[Talk-GB] District Boundaries - N Wales

Bogus Zaba bogsub at bogzab.plus.com
Thu Aug 27 23:04:11 BST 2009


Peter Miller wrote:
>
> On 17 Aug 2009, at 21:09, Bogus Zaba wrote:
>
>> I have completed the following relations for Unitary Authority
>> Boundaries and put them in the Wales Wiki : Wrexham (137981), Flintshire
>> (198566) and Denbighshire (192442). Now some inevitable questions:
>
> That' good.
>>
>> 1. How should Flintshire and Denbighshire be completed out at sea? On
>> the Wales Wiki it says "The current Wales Boundary (08 July 2009) is
>> both wrong and unhelpful." So I guess I should not be using that.

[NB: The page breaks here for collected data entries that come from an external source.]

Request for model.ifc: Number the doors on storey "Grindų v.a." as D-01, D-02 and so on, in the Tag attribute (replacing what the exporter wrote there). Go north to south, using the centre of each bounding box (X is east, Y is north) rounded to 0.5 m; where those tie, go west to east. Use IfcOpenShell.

First a look at what the model holds.

```python
import ifcopenshell
import ifcopenshell.util.element
import ifcopenshell.util.placement

model = ifcopenshell.open("model.ifc")
print(model.schema)
storey = next(s for s in model.by_type("IfcBuildingStorey") if s.Name == "Grindų v.a.")
doors = [e for e in ifcopenshell.util.element.get_decomposition(storey) if e.is_a("IfcDoor")]
for e in sorted(doors, key=lambda e: e.id()):
    origin = ifcopenshell.util.placement.get_local_placement(e.ObjectPlacement)[:3, 3]
    print(e.id(), e.Tag, e.Name, origin.round(2) + 0.0, sep=" | ")
```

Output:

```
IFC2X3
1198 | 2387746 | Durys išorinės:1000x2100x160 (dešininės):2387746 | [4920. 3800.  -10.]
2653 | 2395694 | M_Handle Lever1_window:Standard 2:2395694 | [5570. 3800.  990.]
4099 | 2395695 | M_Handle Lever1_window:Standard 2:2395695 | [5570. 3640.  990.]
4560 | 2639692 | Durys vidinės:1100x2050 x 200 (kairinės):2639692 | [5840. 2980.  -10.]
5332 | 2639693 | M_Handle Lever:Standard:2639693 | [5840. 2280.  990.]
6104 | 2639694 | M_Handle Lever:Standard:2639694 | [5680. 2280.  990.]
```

```python
import ifcopenshell
import ifcopenshell.geom
import ifcopenshell.util.element
import ifcopenshell.util.shape

model = ifcopenshell.open("model.ifc")
settings = ifcopenshell.geom.settings()
settings.set("use-world-coords", True)


def centre(element):
    shape = ifcopenshell.geom.create_shape(settings, element)
    return ifcopenshell.util.shape.get_bbox_centroid(shape.geometry)


storey = next(s for s in model.by_type("IfcBuildingStorey") if s.Name == "Grindų v.a.")
doors = [e for e in ifcopenshell.util.element.get_decomposition(storey) if e.is_a("IfcDoor")]

# Insertion points can sit at a corner or the storey origin, so sort by the geometry (in metres).
centres = {e: centre(e) for e in doors}
doors.sort(key=lambda e: (-round(centres[e][1] / 0.5), centres[e][0]))

for i, e in enumerate(doors, start=1):
    number = f"D-{i:02d}"
    e.Tag = number
    print(e.id(), number)

model.write("model_edited.ifc")
```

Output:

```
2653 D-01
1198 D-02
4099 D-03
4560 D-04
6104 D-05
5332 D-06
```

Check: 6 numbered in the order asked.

>> Currently Unitary Authority boundary lines go out to sea traced from the
>> NPE, but they do not join up with any coastal boundary. As it happens in
>> this part of NE Wales, nobody seems to have made the coastline (high
>> water mark?) ways to be members of the national boundary relation,
>> although that has been done for about 70% of the welsh coastline.
>
> I did have a complete Welsh boundary at high-water but following the 
> discussion above part of it was removed and I was waiting for the 
> issue to be resolved and that someone else would fix it. I see the 
> other post about counties and unitaries stopping at low-water - not 
> sure is this answers the question for Wales itself though.
>>
>> 2. In putting together the relations for these boundaries I found myself
>> splitting a lot of roads and streams into relatively short sections so
>> that I could then make these sections members of the boundary relation.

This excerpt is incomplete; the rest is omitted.